Pull out of the data below the stretch of lines bounded by the one containing "#58=IFCINDEXEDPOLYGONALFACE((5,7,8,6));" and the one containing "#61=IFCINDEXEDPOLYGONALFACE((1,2,4,3));", both bounds included, unchanged.
--- Data to process ---
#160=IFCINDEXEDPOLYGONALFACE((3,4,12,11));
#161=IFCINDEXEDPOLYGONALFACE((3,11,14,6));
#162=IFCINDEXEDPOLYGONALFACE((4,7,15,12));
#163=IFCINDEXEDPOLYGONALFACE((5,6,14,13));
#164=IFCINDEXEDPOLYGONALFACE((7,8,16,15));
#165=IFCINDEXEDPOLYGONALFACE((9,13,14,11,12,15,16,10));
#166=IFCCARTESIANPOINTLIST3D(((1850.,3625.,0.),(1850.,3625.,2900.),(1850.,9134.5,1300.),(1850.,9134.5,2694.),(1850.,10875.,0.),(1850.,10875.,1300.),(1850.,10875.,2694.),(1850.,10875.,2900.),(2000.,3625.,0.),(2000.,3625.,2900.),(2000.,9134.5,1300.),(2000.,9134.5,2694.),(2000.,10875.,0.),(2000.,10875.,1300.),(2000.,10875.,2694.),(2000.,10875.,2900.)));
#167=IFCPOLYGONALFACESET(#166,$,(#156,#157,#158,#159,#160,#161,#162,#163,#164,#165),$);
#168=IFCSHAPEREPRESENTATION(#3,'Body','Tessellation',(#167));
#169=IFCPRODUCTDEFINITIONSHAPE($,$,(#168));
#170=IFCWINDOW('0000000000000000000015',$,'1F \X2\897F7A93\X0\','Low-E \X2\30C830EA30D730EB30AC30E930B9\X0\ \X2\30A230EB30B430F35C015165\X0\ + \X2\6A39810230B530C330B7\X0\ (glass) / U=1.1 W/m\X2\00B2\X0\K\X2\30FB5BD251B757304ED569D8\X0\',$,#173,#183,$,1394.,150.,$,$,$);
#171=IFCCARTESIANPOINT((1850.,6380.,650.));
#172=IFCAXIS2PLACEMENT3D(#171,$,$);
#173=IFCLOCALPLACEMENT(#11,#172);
---
--- Data to process ---
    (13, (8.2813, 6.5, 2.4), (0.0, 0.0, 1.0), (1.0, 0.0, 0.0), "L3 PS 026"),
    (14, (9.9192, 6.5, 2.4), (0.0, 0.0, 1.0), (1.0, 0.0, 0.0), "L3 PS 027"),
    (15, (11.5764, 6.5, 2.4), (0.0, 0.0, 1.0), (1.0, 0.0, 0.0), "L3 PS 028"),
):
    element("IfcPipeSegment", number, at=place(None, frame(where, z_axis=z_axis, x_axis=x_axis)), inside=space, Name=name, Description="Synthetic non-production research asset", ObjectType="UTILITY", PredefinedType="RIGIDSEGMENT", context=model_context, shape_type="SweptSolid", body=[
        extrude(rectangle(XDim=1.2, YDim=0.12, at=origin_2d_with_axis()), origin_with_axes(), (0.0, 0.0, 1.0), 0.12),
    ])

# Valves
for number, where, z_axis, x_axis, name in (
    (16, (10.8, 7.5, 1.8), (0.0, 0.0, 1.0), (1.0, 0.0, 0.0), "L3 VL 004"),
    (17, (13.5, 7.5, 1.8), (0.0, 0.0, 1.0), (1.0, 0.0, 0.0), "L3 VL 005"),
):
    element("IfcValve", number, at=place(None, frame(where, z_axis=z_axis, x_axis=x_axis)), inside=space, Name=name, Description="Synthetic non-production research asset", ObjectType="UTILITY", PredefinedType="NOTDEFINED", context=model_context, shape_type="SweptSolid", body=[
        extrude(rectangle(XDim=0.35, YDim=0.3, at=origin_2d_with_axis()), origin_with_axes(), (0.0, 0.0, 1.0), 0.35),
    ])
---
--- Data to process ---
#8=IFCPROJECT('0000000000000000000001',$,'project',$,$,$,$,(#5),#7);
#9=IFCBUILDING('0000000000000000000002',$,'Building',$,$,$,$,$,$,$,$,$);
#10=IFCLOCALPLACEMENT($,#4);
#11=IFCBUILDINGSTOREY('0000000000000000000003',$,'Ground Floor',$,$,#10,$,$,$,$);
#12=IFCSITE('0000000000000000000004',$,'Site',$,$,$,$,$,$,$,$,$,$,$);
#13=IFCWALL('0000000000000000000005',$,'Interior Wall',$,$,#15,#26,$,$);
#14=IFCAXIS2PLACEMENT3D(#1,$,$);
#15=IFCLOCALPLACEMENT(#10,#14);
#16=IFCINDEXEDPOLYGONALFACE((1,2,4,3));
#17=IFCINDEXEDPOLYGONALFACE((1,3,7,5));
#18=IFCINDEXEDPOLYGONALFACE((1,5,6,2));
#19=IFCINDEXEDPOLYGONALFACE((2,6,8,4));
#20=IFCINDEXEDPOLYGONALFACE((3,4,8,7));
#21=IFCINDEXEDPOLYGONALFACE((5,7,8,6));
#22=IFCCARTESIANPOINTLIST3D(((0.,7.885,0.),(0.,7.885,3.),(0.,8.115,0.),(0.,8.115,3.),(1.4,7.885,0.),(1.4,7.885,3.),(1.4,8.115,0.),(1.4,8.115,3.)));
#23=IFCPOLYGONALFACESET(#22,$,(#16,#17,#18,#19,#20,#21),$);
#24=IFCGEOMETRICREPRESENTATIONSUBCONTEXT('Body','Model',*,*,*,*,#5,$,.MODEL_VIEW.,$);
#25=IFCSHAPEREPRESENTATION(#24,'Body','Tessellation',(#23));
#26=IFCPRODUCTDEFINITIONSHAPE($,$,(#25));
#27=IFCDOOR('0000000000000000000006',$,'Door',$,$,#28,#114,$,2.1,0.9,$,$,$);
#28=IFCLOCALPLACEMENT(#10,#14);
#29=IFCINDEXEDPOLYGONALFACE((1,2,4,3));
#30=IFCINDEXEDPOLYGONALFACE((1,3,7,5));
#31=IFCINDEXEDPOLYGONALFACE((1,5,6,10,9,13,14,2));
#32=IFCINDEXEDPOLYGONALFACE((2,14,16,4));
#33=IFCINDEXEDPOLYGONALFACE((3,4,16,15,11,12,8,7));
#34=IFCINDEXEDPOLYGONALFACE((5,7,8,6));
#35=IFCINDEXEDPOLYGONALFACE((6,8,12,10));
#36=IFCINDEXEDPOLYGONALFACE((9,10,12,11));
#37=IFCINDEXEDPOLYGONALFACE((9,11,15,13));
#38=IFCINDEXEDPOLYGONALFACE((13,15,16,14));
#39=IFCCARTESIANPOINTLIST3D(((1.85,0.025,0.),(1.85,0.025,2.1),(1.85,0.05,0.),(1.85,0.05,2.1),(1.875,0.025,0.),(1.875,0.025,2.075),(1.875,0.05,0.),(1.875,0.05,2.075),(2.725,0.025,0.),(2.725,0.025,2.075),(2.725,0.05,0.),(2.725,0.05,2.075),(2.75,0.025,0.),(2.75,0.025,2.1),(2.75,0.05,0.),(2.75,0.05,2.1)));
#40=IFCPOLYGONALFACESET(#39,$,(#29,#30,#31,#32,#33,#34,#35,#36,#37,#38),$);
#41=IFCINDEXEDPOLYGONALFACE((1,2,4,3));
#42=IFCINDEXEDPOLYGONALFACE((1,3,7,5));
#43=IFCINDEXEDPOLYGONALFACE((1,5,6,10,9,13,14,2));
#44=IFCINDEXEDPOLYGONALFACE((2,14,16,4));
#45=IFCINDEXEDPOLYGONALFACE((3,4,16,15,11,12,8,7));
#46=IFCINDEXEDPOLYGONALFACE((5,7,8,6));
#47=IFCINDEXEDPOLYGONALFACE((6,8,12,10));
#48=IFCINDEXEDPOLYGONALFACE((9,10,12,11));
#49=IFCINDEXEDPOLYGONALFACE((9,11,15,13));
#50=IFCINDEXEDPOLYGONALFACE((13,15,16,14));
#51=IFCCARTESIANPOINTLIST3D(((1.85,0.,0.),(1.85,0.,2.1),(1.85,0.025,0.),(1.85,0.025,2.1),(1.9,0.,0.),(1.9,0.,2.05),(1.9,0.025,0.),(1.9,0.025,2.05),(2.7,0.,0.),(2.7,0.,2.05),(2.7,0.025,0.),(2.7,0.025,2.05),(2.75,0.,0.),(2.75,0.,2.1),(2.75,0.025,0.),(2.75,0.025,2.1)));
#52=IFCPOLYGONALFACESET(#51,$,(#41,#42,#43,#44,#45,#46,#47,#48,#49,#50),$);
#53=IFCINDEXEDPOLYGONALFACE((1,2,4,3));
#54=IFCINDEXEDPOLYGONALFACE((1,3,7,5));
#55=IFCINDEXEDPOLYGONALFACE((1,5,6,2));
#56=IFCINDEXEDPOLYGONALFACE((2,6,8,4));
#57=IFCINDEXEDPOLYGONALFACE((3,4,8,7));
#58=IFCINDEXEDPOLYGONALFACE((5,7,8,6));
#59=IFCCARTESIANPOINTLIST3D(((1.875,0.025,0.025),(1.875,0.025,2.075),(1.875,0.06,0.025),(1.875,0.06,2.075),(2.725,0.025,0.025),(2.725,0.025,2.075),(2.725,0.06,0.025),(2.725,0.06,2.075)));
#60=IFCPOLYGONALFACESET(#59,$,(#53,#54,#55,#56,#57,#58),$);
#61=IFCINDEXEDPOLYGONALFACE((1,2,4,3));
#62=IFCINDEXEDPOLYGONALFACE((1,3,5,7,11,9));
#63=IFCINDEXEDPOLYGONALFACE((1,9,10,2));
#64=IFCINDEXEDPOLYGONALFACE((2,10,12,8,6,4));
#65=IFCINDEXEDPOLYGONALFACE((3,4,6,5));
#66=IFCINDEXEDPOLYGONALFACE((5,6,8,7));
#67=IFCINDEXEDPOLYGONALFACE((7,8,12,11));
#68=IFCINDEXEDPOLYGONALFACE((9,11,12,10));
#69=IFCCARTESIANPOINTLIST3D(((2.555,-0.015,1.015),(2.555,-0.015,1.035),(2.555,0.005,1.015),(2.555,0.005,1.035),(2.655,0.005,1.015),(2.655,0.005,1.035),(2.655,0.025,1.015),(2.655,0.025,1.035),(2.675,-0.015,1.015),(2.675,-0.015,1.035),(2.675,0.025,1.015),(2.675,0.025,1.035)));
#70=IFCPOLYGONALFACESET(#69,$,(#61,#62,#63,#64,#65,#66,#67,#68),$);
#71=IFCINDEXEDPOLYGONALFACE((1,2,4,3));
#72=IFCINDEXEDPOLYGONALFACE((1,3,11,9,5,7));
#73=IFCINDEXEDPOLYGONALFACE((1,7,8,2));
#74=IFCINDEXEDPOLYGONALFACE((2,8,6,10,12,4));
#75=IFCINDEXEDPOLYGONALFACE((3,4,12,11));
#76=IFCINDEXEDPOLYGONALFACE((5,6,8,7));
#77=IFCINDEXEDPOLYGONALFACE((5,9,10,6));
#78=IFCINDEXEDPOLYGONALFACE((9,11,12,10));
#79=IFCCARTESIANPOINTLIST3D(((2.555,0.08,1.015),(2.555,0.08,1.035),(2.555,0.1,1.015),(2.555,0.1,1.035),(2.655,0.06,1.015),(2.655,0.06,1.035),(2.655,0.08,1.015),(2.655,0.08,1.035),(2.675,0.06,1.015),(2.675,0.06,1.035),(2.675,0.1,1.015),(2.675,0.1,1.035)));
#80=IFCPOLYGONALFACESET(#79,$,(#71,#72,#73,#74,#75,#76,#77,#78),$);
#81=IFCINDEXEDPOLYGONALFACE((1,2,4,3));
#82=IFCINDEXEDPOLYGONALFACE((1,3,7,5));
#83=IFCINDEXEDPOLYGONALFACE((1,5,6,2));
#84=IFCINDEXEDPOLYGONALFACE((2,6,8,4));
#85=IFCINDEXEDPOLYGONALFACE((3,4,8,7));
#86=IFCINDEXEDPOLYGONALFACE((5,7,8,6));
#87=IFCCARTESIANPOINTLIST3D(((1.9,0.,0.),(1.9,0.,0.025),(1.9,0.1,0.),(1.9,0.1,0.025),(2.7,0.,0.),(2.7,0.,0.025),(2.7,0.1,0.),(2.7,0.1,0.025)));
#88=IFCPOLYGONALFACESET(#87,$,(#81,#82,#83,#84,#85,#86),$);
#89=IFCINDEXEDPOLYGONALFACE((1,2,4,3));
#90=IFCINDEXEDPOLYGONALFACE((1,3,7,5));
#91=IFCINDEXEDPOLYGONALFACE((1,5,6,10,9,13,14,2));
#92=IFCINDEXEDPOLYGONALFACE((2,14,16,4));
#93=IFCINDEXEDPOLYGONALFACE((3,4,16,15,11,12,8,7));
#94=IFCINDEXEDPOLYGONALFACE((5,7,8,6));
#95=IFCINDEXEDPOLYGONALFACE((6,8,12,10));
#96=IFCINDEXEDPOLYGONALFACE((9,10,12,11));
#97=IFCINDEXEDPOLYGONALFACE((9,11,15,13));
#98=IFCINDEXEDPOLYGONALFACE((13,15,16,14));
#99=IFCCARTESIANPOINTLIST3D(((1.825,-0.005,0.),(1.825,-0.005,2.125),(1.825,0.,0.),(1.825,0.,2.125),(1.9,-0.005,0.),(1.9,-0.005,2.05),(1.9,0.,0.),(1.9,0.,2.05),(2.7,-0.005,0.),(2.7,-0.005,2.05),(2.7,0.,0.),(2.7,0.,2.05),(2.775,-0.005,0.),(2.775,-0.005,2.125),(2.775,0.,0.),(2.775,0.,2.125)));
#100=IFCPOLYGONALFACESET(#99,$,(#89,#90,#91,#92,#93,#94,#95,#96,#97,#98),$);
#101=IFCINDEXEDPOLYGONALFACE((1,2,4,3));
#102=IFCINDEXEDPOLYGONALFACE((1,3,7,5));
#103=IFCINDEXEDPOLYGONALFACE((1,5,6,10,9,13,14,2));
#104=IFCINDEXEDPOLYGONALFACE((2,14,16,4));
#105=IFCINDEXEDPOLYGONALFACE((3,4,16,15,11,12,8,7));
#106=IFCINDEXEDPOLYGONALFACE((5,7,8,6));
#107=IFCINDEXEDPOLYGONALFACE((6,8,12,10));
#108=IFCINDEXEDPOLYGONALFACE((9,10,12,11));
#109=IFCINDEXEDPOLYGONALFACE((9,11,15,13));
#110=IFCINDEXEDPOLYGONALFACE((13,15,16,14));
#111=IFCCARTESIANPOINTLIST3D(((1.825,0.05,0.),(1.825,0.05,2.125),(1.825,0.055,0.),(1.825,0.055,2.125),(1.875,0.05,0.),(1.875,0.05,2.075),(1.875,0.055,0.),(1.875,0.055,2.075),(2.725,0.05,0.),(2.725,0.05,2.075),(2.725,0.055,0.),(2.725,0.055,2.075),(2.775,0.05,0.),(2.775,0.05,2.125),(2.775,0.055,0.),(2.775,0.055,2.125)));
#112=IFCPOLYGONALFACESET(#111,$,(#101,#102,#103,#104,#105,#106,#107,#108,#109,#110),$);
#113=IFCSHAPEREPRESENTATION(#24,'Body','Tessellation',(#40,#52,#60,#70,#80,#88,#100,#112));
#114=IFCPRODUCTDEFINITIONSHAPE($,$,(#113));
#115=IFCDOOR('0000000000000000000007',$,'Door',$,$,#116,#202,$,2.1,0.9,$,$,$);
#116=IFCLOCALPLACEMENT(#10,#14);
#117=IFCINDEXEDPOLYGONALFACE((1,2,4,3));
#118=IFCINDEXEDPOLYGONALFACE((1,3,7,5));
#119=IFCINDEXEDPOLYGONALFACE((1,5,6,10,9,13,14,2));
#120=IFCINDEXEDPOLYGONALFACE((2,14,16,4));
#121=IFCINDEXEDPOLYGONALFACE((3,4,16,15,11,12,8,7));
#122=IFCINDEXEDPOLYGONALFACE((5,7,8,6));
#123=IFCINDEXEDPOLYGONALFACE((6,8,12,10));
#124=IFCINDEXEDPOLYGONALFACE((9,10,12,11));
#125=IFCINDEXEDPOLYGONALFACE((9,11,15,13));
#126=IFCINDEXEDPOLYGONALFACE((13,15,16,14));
---
*Solution to this exercise*:
#58=IFCINDEXEDPOLYGONALFACE((5,7,8,6));
#59=IFCCARTESIANPOINTLIST3D(((1.875,0.025,0.025),(1.875,0.025,2.075),(1.875,0.06,0.025),(1.875,0.06,2.075),(2.725,0.025,0.025),(2.725,0.025,2.075),(2.725,0.06,0.025),(2.725,0.06,2.075)));
#60=IFCPOLYGONALFACESET(#59,$,(#53,#54,#55,#56,#57,#58),$);
#61=IFCINDEXEDPOLYGONALFACE((1,2,4,3));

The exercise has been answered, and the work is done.